Reduce the level of VLDL cholesterol:

  • lying down,
  • allopurinol, clofibrate, colchicine, antifungal drugs, statins, cholestyramine, erythromycin, estrogens,
  • intense physical activity,
  • a diet low in cholesterol and saturated fatty acids and, conversely, high in polyunsaturated fatty acids.

Download an example of the result

Important notes

  • A lipidogram must be taken when the person is relatively healthy.After an acute illness, heart attack, surgery, you should wait at least 6 weeks before measuring cholesterol.
  • LDL is usually calculated using the following formula: LDL cholesterol = total cholesterol – (HDL cholesterol – TG (triglycerides) / 2.2).
  • In the United States, lipids are measured in milligrams per deciliter, in Russia and in Europe, in millimoles per liter. The recalculation is carried out according to the formula XC (mg / dl) = XC (mmol / L) × 88.5 or XC (mmol / L) = XC (mg / dL) x 0.0113.
  • LDL cholesterol is usually calculated based on the results of other analyzes included in the lipid profile: total cholesterol, HDL cholesterol and triglycerides – another type of lipids that make up lipoproteins.More often, a fairly accurate indicator is achieved, however, if the triglyceride level is significantly increased (> 10 mmol / l) or a person has eaten a lot of fatty foods before taking the test, the result may not be entirely correct. In this case, LDL is measured directly.

Also recommended

Who orders the study?

General practitioner, therapist, cardiologist.

90,000 Indicators of lipid metabolism. Total cholesterol

Cholesterol is a fat-like substance that is vital for the body.The correct scientific naming of this
substances – “cholesterol” (the ending “-ol” indicates belonging
to alcohols), however, the name
“cholesterol”.

About 80-85% of all cholesterol is synthesized by the human body (liver, intestines, kidneys,
adrenal glands,
sexually
glands), the remaining 15-20% come from food of animal origin (primarily meat,
dairy
products, eggs).

Cholesterol is involved in the formation of cell membranes in all organs and tissues of the body. The largest number
cholesterol is involved in the formation of erythrocyte cell membranes (about 24%), liver cell membranes
make up 17%, the brain (white matter) – 15%, the gray matter of the brain – 5-7%.

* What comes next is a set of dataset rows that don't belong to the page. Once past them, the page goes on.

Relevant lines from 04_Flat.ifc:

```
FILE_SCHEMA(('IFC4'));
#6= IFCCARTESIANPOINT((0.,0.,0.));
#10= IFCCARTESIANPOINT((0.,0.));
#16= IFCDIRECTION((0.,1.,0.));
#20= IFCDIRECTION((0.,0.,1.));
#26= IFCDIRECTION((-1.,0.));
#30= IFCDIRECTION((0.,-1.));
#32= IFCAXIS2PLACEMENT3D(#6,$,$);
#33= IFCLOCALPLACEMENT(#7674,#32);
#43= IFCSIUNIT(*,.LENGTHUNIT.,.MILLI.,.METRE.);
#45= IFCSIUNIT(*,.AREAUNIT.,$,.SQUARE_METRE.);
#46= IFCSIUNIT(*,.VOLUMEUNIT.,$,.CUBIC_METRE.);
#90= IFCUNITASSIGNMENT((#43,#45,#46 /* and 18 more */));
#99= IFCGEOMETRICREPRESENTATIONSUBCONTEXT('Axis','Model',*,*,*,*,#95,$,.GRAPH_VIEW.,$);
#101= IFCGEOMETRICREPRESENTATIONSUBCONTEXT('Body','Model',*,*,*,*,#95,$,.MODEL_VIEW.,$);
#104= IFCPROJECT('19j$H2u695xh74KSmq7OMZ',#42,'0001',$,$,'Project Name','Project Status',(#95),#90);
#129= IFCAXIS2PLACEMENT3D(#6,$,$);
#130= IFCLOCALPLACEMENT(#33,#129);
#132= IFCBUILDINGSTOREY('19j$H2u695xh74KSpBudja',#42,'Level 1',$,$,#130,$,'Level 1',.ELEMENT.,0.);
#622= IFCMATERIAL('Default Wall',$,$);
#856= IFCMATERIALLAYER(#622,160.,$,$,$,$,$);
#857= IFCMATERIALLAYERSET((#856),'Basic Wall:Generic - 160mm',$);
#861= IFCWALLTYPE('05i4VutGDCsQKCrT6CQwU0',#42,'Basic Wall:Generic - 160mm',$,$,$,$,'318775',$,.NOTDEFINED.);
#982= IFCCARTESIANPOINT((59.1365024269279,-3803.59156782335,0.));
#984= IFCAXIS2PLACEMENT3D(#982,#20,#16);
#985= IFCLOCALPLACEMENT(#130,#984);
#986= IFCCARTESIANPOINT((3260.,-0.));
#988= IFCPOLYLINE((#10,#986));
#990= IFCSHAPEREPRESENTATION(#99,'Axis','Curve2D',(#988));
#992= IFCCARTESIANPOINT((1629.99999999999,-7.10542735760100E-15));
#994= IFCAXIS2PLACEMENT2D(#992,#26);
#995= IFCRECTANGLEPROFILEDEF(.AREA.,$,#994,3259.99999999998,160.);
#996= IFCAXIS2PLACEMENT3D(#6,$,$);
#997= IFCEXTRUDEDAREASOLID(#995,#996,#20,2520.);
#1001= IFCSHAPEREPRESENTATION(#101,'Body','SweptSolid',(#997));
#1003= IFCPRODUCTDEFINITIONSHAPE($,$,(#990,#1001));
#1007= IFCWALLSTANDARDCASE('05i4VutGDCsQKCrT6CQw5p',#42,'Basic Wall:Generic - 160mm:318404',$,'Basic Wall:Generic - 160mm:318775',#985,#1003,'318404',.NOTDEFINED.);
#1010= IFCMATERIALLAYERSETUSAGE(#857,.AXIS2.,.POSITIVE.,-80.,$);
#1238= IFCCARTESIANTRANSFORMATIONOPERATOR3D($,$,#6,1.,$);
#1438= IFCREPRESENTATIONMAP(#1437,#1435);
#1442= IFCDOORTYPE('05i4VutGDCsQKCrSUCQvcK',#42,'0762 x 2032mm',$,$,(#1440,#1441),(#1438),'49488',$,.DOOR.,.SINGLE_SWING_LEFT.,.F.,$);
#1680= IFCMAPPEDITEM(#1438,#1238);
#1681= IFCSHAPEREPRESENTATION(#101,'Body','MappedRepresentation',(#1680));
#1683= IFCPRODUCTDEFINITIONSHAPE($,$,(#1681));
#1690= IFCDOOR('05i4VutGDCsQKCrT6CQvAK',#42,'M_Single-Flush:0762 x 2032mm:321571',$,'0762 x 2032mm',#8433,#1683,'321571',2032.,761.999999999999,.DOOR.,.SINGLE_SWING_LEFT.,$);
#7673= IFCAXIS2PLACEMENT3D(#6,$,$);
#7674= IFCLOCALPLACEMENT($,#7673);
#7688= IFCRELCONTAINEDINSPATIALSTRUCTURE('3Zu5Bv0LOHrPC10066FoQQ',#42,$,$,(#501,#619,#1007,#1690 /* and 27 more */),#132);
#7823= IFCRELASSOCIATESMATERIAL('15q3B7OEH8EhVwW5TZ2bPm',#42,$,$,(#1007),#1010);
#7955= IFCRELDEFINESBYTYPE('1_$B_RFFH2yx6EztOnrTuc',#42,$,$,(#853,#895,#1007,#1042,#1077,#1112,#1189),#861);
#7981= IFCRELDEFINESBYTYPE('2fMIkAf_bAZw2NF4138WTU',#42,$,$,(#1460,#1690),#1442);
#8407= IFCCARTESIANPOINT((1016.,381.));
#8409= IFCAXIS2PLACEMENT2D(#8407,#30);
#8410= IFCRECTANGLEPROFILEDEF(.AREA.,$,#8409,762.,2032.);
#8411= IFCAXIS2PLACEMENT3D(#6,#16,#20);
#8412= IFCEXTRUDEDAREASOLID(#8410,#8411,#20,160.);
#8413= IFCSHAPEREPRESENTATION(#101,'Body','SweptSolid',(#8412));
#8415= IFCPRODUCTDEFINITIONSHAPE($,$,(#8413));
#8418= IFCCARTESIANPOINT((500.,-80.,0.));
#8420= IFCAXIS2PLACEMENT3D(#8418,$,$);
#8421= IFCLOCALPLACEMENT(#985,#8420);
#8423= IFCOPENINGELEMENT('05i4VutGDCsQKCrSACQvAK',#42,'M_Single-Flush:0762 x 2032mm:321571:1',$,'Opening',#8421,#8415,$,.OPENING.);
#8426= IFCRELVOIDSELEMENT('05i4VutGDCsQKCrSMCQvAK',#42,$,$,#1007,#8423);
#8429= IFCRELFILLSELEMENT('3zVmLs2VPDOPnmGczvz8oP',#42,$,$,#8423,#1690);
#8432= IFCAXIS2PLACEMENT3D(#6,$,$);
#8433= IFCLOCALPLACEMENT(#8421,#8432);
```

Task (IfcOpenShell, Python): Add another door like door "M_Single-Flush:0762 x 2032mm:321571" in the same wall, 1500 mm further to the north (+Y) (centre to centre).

```python
import ifcopenshell
import ifcopenshell.api.feature
import ifcopenshell.api.geometry
import ifcopenshell.api.root
import ifcopenshell.geom
import ifcopenshell.util.element
import ifcopenshell.util.placement
import ifcopenshell.util.shape

model = ifcopenshell.open("04_Flat.ifc")
settings = ifcopenshell.geom.settings()


def volume(element):
    """Net volume in cubic metres, openings subtracted."""
    shape = ifcopenshell.geom.create_shape(settings, element)
    return ifcopenshell.util.shape.get_volume(shape.geometry)


def reuse_history(source, copy):
    """copy_class also copies each property set's owner history, people and application; keep the originals."""
    for rel in copy.IsDefinedBy:
        if rel.is_a("IfcRelDefinesByProperties") and (history := rel.RelatingPropertyDefinition.OwnerHistory):
            rel.RelatingPropertyDefinition.OwnerHistory = source.OwnerHistory
            ifcopenshell.util.element.remove_deep2(model, history)


door = model.by_guid("05i4VutGDCsQKCrT6CQvAK")
opening = door.FillsVoids[0].RelatingOpeningElement
wall = opening.VoidsElements[0].RelatingBuildingElement
before = volume(wall)
shift = ifcopenshell.util.placement.get_local_placement(wall.ObjectPlacement)[:3, 0] * 1500.0

# copy_class copies the void relationship, type, container and properties, but no geometry.
new_opening = ifcopenshell.api.root.copy_class(model, product=opening)
new_opening.Representation = ifcopenshell.util.element.copy_deep(
    model, opening.Representation, exclude=["IfcGeometricRepresentationContext", "IfcRepresentationMap"]
)
new_opening.Name = "M_Single-Flush:0762 x 2032mm"
new_door = ifcopenshell.api.root.copy_class(model, product=door)
new_door.Representation = ifcopenshell.util.element.copy_deep(
    model, door.Representation, exclude=["IfcGeometricRepresentationContext", "IfcRepresentationMap"]
)
new_door.Name = "M_Single-Flush:0762 x 2032mm"
new_door.Tag = None
reuse_history(door, new_door)
ifcopenshell.api.feature.add_filling(model, opening=new_opening, element=new_door)

for old, new in ((opening, new_opening), (door, new_door)):
    matrix = ifcopenshell.util.placement.get_local_placement(old.ObjectPlacement)
    matrix[:3, 3] += shift
    ifcopenshell.api.geometry.edit_object_placement(model, product=new, matrix=matrix, is_si=False)

after = volume(wall)

print(f"wall volume {before:.3f} -> {after:.3f} m3")

model.write("04_Flat_edited.ifc")
```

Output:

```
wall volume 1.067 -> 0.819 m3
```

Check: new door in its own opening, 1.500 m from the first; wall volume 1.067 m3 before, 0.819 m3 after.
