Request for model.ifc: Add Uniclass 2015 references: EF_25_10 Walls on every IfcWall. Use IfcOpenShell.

First a look at what the model holds.

```python
import ifcopenshell

model = ifcopenshell.open("model.ifc")
print(model.schema)
print("classifications:", [c.Name for c in model.by_type("IfcClassification")])
for ifc_class in ("IfcDoor", "IfcRoof", "IfcStair", "IfcWall", "IfcWindow"):
    print(ifc_class, len(model.by_type(ifc_class)))
```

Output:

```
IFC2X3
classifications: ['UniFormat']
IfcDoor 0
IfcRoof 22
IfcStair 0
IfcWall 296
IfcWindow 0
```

```python
import ifcopenshell
import ifcopenshell.api.classification

model = ifcopenshell.open("model.ifc")

# IFC2X3 requires Source and Edition and has no link from the project to the system.
system = model.create_entity("IfcClassification", Source="NBS", Edition="2015", Name="Uniclass 2015")

codes = {
    "IfcWall": ("EF_25_10", "Walls"),
}
for ifc_class, (code, name) in codes.items():
    products = model.by_type(ifc_class)
    ifcopenshell.api.classification.add_reference(
        model, products=products, classification=system, identification=code, name=name
    )
    print(code, len(products))

model.write("model_v2.ifc")
```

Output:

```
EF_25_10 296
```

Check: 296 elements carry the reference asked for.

On the basis of cholesterol, hormones are created that are involved in the growth, development of the body and implementation
breeding functions. Bile acids are formed from cholesterol, which are part of bile, thanks to
it absorbs fats in the intestines.

Total cholesterol is an indicator reflecting the totality of all circulating cholesterol fractions
in blood.
Cholesterol itself is insoluble in water, therefore, for the transport of cholesterol in the body,
complex compounds due to binding to protein molecules. Such complexes are called lipoproteins.

Several types of lipoproteins circulate in the blood, differing in the proportions of their constituents.
components.Depending on the size of the particles and their functions, they release high lipoproteins
density
(HDL), low density lipoprotein (LDL), very low density lipoprotein (VLDL), cholesterol,
unrelated
with high density lipoproteins (non-HDL), and a number of other substances. LDL and VLDL are considered
“Bad” cholesterol, as they contribute to the formation of plaque in the arteries. HDL,
against,
called “good”, since the composition of HDL is removed from the vessels of excess cholesterol.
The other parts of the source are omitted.